Меня тут же отправили в отпуск. Наполеон сказал, что хочет потом взять меня с собой. Говорил, что нам предстоят великие дела. Говорил, что любит, когда за обедом ему улыбаются. Так было всегда: либо люди не смотрели в мою сторону вообще, либо оказывали мне доверие. Сначала я думал, что к последним относятся только священники, поскольку священники впечатлительнее простых людей. Но, очевидно, дело было не в священниках, а в том, каким я им казался.
Когда я начал прислуживать самому Наполеону, то думал, что он изрекает одни афоризмы — никогда не говорит так, как вы или я, а производит на свет только великие мысли. Я записывал все его изречения и лишь по прошествии времени понял, что большинство было вздором. Цитаты из его знаменитых речей и я должен признаться: я плакал, слыша их. Он мог заставить меня плакать, даже когда я его ненавидел. Причем, плакать не от страха. Он был велик. Рядом с таким величием чувствуешь себя ничтожеством.
Я добирался до дома неделю — где на повозках, где пешком. Весть о коронации распространилась, и улыбки моих спутников говорили, что это им по душе.
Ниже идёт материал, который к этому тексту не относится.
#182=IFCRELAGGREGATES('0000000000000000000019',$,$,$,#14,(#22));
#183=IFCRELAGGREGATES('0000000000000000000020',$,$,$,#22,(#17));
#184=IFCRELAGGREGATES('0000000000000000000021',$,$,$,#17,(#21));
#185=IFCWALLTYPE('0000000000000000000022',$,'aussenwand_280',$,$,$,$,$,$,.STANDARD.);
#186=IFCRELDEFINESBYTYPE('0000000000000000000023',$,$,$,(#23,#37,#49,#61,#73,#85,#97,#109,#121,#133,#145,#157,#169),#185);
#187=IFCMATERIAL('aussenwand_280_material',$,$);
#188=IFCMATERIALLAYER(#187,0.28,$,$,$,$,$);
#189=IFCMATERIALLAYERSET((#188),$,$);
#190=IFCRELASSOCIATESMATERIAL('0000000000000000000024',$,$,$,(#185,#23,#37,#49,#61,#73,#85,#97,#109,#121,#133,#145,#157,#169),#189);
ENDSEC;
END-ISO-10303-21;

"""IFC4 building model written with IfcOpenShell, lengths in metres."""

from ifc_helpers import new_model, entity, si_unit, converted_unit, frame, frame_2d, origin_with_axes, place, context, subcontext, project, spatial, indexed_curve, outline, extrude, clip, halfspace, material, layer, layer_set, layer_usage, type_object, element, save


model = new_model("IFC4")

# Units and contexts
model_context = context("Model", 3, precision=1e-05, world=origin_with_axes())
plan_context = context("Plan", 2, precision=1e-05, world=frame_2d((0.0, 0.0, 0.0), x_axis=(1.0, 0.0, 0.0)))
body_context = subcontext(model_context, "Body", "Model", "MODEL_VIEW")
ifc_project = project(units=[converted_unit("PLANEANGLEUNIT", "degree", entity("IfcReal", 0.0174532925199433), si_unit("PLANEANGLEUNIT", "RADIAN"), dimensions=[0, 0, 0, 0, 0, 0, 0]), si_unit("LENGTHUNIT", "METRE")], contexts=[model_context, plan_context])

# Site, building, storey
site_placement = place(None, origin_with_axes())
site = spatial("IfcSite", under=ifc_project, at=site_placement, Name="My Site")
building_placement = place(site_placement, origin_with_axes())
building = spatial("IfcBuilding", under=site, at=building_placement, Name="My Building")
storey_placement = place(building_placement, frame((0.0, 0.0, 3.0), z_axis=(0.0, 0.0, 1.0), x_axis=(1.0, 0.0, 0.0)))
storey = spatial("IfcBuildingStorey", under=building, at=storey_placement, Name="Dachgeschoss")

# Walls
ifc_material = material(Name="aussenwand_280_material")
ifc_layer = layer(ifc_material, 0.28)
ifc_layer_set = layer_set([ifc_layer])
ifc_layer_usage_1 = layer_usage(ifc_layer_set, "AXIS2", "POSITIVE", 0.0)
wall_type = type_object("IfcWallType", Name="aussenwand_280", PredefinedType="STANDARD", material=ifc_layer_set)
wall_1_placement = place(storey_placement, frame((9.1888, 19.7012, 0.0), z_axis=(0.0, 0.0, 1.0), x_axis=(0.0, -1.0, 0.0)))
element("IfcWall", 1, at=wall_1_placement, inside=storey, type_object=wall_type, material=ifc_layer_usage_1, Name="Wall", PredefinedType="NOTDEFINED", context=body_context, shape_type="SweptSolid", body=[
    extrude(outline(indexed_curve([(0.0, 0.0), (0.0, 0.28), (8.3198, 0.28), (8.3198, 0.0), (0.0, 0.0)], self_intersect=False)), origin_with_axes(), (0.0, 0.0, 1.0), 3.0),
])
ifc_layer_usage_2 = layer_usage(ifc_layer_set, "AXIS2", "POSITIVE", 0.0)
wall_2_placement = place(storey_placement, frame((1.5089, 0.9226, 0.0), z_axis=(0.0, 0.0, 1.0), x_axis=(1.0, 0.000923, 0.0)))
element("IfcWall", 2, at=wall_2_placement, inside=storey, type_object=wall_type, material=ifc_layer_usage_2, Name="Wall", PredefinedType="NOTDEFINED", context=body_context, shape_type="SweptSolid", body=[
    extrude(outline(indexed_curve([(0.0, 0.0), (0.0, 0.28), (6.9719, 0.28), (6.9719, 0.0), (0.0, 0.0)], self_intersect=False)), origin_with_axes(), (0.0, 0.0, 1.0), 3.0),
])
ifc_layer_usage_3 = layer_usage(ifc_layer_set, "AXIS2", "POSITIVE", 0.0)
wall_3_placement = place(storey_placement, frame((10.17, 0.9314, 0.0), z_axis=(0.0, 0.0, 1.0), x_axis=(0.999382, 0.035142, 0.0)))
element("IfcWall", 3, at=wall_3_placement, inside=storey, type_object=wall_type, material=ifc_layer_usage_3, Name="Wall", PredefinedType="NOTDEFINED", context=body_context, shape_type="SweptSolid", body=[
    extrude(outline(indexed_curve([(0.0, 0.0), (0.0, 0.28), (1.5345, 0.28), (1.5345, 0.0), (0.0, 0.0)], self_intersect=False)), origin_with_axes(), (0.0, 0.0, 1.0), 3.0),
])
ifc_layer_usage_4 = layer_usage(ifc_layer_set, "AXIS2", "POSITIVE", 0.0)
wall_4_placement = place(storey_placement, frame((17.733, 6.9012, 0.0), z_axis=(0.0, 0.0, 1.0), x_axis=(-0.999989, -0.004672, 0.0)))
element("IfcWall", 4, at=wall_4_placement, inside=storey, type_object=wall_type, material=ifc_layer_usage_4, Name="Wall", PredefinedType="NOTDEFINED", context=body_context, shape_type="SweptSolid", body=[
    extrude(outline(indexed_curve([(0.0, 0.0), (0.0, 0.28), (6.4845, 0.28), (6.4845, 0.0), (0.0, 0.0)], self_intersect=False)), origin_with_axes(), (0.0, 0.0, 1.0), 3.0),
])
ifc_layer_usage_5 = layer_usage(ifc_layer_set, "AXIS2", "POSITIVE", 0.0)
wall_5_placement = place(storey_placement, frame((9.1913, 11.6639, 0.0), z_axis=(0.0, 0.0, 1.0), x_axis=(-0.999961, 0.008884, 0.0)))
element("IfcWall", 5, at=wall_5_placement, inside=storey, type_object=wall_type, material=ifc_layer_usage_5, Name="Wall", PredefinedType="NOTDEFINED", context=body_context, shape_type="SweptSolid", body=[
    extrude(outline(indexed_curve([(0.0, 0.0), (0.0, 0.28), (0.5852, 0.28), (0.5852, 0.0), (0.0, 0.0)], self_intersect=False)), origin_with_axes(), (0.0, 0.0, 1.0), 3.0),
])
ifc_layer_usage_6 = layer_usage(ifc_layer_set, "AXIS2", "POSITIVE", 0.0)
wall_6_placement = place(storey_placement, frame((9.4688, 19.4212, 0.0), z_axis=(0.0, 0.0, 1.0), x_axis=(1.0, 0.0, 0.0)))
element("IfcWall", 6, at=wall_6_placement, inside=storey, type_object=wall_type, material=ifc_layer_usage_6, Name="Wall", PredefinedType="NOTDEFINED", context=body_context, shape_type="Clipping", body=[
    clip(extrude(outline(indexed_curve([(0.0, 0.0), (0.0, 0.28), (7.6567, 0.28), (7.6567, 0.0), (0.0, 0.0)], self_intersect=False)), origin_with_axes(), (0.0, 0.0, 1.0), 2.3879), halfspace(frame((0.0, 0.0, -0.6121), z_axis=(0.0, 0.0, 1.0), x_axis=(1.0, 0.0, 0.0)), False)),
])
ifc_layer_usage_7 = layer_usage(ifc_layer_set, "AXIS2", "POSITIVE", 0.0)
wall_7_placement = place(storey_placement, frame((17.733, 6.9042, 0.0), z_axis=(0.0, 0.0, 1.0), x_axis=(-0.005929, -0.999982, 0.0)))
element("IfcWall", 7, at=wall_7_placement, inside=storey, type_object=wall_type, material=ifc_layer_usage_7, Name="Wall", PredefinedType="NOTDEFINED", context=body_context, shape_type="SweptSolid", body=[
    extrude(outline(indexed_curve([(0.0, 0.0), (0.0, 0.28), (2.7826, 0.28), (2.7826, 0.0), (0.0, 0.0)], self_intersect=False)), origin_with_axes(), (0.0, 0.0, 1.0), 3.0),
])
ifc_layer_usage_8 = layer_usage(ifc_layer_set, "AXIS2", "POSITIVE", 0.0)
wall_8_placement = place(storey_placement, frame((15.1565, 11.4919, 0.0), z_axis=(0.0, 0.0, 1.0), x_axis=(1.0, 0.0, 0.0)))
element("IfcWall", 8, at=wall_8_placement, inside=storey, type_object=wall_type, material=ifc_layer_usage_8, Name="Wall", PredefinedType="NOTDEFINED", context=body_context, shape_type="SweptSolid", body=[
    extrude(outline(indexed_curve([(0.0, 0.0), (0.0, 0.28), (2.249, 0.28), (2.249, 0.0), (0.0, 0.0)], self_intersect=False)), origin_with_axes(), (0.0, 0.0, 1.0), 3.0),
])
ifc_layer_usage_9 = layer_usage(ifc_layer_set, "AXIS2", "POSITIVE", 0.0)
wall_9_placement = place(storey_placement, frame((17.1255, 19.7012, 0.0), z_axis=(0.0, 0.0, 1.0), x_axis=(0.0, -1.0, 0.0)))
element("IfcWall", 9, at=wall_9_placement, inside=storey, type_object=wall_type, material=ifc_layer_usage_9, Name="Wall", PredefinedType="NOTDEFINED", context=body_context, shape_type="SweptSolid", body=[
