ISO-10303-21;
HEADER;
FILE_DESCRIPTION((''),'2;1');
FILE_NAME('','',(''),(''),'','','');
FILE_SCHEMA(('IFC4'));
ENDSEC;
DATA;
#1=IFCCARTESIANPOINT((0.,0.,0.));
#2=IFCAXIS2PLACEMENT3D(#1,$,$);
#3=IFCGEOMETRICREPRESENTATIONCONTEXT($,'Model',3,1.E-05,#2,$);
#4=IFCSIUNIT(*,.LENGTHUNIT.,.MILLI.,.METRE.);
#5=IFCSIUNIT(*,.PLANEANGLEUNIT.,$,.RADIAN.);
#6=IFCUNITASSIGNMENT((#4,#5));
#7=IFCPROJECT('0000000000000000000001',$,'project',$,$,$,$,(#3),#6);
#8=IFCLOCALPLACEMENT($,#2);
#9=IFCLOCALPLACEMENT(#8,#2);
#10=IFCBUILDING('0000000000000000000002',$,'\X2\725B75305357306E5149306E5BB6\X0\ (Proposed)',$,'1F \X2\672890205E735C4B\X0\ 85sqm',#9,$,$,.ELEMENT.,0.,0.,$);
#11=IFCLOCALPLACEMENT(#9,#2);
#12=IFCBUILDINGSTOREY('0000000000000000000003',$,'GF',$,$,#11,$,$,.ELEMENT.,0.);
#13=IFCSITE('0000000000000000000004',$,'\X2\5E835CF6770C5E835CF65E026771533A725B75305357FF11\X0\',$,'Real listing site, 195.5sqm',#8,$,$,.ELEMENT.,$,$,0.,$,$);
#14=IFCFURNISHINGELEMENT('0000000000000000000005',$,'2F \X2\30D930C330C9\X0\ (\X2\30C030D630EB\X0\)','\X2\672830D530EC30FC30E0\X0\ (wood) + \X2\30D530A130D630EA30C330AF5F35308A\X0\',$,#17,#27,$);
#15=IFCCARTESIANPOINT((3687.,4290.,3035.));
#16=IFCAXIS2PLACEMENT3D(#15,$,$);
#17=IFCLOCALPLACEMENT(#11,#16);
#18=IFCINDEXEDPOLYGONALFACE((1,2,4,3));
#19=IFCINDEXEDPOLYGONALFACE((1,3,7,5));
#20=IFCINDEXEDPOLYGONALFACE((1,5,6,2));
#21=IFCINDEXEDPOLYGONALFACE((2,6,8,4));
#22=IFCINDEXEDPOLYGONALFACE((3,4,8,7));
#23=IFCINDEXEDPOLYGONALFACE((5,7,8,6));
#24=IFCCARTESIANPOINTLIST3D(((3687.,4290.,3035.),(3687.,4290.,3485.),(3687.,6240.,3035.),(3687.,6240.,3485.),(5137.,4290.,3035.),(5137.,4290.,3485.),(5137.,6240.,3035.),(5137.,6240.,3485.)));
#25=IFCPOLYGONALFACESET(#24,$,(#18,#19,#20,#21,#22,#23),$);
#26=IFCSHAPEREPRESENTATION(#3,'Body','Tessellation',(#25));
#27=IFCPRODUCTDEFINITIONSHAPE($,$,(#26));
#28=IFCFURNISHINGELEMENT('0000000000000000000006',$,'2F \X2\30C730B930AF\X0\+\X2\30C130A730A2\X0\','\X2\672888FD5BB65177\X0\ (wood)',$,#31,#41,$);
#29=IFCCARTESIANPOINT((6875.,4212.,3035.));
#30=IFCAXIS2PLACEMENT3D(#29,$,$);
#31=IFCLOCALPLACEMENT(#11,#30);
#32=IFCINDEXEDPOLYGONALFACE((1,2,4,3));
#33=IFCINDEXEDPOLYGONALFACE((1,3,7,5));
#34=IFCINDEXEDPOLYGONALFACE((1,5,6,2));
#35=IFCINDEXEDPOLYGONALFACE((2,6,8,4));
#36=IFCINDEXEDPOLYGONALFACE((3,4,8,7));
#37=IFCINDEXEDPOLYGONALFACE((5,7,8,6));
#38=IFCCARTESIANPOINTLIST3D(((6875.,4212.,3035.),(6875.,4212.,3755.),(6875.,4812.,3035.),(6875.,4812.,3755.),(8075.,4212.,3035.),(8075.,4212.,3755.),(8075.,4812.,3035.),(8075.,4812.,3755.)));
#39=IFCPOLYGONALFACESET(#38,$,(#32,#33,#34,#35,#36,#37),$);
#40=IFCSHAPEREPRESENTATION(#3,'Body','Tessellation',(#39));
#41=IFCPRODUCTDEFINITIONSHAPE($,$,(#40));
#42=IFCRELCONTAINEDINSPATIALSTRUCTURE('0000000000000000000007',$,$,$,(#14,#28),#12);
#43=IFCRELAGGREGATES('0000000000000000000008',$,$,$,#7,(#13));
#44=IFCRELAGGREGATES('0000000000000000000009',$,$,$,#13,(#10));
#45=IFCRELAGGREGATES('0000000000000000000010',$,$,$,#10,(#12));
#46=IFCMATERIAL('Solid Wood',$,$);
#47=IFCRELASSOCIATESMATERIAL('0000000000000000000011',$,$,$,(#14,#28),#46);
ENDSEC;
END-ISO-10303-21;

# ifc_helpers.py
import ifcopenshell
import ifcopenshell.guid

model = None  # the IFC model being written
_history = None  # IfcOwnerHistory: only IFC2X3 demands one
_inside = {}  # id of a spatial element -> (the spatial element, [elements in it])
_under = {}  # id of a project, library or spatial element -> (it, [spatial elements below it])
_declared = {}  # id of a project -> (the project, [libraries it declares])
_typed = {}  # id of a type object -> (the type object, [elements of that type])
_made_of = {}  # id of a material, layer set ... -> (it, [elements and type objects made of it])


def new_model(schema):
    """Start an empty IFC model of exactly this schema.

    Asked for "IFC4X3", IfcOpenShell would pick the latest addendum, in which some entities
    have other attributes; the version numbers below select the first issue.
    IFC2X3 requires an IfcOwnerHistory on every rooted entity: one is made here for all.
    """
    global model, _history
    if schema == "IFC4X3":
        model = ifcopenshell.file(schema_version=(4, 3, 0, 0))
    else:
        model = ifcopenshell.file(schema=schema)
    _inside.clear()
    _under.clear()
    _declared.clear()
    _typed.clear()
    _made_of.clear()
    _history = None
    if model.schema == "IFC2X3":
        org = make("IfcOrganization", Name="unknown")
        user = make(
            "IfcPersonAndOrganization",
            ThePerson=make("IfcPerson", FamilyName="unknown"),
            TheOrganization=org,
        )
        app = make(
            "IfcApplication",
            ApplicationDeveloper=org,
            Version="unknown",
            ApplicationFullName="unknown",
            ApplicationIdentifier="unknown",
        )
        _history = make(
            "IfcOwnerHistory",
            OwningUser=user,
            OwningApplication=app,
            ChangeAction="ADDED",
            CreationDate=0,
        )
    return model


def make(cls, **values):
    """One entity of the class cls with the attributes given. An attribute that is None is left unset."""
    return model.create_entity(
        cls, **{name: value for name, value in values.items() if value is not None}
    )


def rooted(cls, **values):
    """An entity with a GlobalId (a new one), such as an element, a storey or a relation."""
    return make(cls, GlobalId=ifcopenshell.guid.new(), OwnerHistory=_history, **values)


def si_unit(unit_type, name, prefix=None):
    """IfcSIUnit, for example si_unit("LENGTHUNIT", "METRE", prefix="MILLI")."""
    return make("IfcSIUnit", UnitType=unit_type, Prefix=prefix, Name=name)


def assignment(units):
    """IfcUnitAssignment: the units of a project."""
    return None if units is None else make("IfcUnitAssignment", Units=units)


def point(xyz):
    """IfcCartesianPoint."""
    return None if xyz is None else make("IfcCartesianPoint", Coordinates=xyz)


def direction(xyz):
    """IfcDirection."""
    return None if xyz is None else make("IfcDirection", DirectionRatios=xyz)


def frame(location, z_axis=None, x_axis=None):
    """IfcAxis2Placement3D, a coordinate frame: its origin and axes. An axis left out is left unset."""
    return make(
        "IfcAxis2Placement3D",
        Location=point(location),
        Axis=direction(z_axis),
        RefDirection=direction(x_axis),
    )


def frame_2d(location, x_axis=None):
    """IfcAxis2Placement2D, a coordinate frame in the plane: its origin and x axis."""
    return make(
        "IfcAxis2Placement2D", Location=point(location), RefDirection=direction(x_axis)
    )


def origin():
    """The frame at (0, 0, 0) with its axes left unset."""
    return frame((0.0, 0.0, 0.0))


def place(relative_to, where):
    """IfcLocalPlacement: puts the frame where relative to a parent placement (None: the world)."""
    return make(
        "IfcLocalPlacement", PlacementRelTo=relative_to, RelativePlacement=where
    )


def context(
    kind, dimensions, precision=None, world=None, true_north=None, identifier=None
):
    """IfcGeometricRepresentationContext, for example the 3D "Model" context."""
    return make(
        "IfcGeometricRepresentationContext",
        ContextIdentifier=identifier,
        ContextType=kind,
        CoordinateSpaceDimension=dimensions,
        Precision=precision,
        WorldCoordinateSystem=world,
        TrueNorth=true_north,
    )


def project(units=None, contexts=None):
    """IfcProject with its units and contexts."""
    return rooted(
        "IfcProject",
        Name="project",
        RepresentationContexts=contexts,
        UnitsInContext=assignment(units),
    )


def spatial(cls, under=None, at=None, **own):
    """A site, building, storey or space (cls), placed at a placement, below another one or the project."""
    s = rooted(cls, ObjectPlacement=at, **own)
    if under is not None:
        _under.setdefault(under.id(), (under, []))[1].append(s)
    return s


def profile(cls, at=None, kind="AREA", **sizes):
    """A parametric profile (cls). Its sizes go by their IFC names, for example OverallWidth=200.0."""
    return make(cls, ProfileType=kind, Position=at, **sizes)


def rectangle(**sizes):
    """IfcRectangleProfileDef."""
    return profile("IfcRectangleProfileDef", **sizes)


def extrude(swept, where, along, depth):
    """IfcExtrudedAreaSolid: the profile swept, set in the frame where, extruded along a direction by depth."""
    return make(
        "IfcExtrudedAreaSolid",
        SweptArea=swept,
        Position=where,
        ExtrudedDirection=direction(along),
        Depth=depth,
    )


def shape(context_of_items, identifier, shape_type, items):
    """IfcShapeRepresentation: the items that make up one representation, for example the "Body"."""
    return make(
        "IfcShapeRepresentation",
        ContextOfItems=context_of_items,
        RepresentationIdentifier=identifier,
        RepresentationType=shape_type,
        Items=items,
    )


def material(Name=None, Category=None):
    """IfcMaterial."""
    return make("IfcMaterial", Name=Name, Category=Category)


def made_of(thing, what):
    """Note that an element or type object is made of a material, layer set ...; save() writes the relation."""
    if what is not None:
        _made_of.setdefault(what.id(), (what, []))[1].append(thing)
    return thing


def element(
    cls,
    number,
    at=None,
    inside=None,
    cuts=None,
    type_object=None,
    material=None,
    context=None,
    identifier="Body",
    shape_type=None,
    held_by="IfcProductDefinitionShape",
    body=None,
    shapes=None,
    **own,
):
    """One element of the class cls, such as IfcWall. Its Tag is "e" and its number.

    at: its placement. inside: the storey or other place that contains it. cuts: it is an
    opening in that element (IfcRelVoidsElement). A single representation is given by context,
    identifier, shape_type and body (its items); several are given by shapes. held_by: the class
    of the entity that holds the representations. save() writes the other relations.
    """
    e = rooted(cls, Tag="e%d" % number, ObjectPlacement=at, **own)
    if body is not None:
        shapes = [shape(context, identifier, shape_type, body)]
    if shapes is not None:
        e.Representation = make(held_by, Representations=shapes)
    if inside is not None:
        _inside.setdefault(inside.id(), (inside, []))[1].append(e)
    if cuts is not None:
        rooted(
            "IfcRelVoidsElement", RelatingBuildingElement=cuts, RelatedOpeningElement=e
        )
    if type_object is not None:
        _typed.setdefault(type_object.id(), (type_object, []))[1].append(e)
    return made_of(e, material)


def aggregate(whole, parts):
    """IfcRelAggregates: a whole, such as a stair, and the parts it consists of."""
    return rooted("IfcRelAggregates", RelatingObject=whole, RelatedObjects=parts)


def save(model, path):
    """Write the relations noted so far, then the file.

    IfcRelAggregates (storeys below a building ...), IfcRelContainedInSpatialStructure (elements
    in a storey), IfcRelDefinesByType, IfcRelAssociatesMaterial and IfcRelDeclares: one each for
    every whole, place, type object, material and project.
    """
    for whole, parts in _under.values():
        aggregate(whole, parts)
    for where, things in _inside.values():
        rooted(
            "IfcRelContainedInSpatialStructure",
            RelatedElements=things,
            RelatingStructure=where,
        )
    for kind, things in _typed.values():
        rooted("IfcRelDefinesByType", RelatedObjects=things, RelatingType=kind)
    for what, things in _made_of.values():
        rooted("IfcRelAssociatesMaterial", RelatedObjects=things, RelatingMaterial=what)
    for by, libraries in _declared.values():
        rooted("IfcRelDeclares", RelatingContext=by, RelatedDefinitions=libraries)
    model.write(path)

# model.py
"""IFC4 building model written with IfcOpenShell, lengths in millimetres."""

from ifc_helpers import new_model, si_unit, frame, frame_2d, origin, place, context, project, spatial, rectangle, extrude, material, element, save


model = new_model("IFC4")

# Units and contexts
model_context = context("Model", 3, precision=1e-05, world=origin())
ifc_project = project(units=[si_unit("LENGTHUNIT", "METRE", prefix="MILLI"), si_unit("PLANEANGLEUNIT", "RADIAN")], contexts=[model_context])

# Site, building, storey
site_placement = place(None, origin())
site = spatial("IfcSite", under=ifc_project, at=site_placement, Name="広島県広島市東区牛田南１", ObjectType="Real listing site, 195.5sqm", CompositionType="ELEMENT", RefElevation=0.0)
building_placement = place(site_placement, origin())
building = spatial("IfcBuilding", under=site, at=building_placement, Name="牛田南の光の家 (Proposed)", ObjectType="1F 木造平屋 85sqm", CompositionType="ELEMENT", ElevationOfRefHeight=0.0, ElevationOfTerrain=0.0)
storey_placement = place(building_placement, origin())
storey = spatial("IfcBuildingStorey", under=building, at=storey_placement, Name="GF", CompositionType="ELEMENT", Elevation=0.0)

# Shared definitions
ifc_material_1 = material(Name="Solid Wood")

# Furnishing elements
furnishing_1_placement = place(storey_placement, frame((3687.0, 4290.0, 3035.0)))
element("IfcFurnishingElement", 1, at=furnishing_1_placement, inside=storey, material=ifc_material_1, Name="2F ベッド (ダブル)", Description="木フレーム (wood) + ファブリック張り", context=model_context, shape_type="SweptSolid", body=[
    extrude(rectangle(XDim=1450.0, YDim=1950.0, at=frame_2d((725.0, 975.0))), frame((3687.0, 4290.0, 3035.0)), (0.0, 0.0, 1.0), 450.0),
])
furnishing_2_placement = place(storey_placement, frame((6875.0, 4212.0, 3035.0)))
element("IfcFurnishingElement", 2, at=furnishing_2_placement, inside=storey, material=ifc_material_1, Name="2F デスク+チェア", Description="木製家具 (wood)", context=model_context, shape_type="SweptSolid", body=[
    extrude(rectangle(XDim=1200.0, YDim=600.0, at=frame_2d((600.0, 300.0))), frame((6875.0, 4212.0, 3035.0)), (0.0, 0.0, 1.0), 720.0),
])

save(model, "model.ifc")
Никто не вспоминал, что всего лишь пятнадцать лет назад мы сражались за то, чтобы навсегда избавиться от королей. Что мы клялись никогда не воевать разве что ради самозащиты. Теперь мы желали правителя и хотели, чтобы он заодно правил всем миром. В этом нет ничего необычного. Мы — такие же, как все прочие.
Поскольку я был в мундире, все были ко мне добры, кормили, заботились и делились лучшим куском. Я же рассказывал о лагере в Булони и о том, как на противоположном берегу мы видели англичан, дрожавших от страха. Я приукрашивал, расцвечивал и даже лгал. А почему бы и нет? Это доставляло им удовольствие. Я не упоминал о тех, кто обручился с русалками. Все деревенские пареньки горели желанием тут же вступить в армию, но я советовал им дождаться коронации.
— Когда вы понадобитесь Императору, он позовет вас. А до тех пор трудитесь на благо Франции дома.
Естественно, это нравилось женщинам.
Меня здесь не было полгода. Сойдя с телеги примерно в миле от дома, я почувствовал, что хочется повернуть назад. Я боялся. Боялся того, что все изменилось и мне не обрадуются. Путешественнику всегда хочется, чтобы дом оставался прежним. От путешественника ждут, что изменится он — вернется с густой бородой, новым ребенком или рассказами о чудесной жизни в краях, где вечно светит солнце, а реки полны золота. Таких историй и у меня хватало, но мне хотелось, чтобы публика уже ерзала в нетерпении. Свернув со столбовой дороги, я прокрался в деревню, как бандит. Я заранее решил, чем будут заняты родители. Мать будет на поле с картошкой, отец — в хлеву. Я сбегу с холма, и мы устроим пирушку. Они меня не ждут. Никакая весть не могла достичь деревни за неделю.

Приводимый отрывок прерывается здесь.